Given data —
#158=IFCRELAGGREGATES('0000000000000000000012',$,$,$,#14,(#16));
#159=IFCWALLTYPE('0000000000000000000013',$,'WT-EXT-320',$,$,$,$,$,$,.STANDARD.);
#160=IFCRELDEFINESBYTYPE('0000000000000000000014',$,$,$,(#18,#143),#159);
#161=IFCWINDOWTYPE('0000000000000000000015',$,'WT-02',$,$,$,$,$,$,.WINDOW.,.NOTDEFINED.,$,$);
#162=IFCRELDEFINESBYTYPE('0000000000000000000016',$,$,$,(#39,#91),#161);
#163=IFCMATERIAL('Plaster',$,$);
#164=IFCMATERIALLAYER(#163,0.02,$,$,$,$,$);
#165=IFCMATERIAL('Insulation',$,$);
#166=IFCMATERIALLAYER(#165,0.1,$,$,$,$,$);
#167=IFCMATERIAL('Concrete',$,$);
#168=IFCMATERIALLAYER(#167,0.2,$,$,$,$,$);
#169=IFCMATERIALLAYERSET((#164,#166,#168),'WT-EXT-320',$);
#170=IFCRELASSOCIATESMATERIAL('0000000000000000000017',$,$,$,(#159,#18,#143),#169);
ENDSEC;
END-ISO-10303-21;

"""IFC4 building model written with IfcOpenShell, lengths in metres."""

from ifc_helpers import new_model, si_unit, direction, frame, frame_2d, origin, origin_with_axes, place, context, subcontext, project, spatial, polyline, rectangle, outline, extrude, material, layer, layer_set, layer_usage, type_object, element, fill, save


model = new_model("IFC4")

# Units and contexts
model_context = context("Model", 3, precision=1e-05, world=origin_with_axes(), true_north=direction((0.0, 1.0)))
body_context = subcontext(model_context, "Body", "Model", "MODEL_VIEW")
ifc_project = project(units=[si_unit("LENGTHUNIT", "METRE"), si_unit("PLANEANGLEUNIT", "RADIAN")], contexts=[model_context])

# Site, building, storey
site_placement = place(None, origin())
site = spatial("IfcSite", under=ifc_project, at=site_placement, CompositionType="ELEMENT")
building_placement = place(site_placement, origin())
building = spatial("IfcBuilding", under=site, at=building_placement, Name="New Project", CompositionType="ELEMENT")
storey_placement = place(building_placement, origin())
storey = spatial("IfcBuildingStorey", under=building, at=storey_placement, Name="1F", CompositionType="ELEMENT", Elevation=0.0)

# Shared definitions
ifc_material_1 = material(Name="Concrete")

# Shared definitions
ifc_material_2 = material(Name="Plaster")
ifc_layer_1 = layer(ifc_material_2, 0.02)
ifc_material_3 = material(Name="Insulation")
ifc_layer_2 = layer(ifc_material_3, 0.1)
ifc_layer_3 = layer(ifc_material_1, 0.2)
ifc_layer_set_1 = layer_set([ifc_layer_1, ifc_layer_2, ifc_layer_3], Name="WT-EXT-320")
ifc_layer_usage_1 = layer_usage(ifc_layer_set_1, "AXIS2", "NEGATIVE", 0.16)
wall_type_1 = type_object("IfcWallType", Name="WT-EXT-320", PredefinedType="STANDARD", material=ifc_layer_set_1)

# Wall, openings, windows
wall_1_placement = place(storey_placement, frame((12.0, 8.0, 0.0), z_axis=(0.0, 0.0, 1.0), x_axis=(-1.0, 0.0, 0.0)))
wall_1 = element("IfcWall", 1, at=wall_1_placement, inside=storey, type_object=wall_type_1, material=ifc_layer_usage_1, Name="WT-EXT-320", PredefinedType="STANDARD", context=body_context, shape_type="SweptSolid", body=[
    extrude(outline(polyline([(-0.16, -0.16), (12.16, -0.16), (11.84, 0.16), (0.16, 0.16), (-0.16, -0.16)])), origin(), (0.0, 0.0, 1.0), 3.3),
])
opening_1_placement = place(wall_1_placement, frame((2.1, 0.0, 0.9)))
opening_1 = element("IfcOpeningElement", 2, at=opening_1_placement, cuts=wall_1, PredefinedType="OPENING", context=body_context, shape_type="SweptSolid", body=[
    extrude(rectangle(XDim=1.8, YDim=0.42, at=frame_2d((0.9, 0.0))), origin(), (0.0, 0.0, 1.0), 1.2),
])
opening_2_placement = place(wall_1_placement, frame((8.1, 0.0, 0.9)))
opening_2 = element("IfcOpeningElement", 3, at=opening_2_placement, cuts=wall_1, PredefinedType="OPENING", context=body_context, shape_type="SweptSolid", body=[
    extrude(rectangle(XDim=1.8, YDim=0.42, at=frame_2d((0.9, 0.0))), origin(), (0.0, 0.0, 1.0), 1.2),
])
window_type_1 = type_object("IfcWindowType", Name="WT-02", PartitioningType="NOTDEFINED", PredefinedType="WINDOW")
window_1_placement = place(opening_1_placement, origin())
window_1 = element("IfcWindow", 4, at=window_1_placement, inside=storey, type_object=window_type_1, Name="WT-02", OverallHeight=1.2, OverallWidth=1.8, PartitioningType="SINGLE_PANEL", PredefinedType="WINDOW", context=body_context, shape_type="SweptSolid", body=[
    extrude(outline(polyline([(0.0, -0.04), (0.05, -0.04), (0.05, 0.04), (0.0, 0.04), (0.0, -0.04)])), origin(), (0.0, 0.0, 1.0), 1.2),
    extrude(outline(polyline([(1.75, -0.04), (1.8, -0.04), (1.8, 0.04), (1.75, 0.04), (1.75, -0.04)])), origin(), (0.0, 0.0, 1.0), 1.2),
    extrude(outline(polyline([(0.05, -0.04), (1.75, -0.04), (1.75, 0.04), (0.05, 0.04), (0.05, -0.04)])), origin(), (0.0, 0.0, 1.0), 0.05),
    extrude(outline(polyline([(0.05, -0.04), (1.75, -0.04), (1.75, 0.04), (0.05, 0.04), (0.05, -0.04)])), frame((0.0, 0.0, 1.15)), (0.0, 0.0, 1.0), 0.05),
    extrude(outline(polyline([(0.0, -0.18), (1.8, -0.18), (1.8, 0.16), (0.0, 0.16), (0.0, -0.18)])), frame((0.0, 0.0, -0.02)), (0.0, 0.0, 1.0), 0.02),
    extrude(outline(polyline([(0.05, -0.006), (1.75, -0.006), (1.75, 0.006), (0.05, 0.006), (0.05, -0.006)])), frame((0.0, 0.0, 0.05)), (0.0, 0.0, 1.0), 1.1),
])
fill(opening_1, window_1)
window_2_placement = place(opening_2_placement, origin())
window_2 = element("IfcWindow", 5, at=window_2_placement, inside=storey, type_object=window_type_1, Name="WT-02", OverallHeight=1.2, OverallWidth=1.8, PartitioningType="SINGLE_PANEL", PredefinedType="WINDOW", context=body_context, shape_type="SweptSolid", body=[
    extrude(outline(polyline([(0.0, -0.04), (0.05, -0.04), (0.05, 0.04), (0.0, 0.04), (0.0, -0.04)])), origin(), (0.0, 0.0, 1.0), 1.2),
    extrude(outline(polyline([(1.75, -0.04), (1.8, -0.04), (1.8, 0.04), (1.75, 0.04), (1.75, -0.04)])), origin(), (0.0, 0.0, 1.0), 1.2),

Work item —
Whenever a line of the records holds the string "Insulation", pick it out and copy it.

Output —
#165=IFCMATERIAL('Insulation',$,$);
ifc_material_3 = material(Name="Insulation")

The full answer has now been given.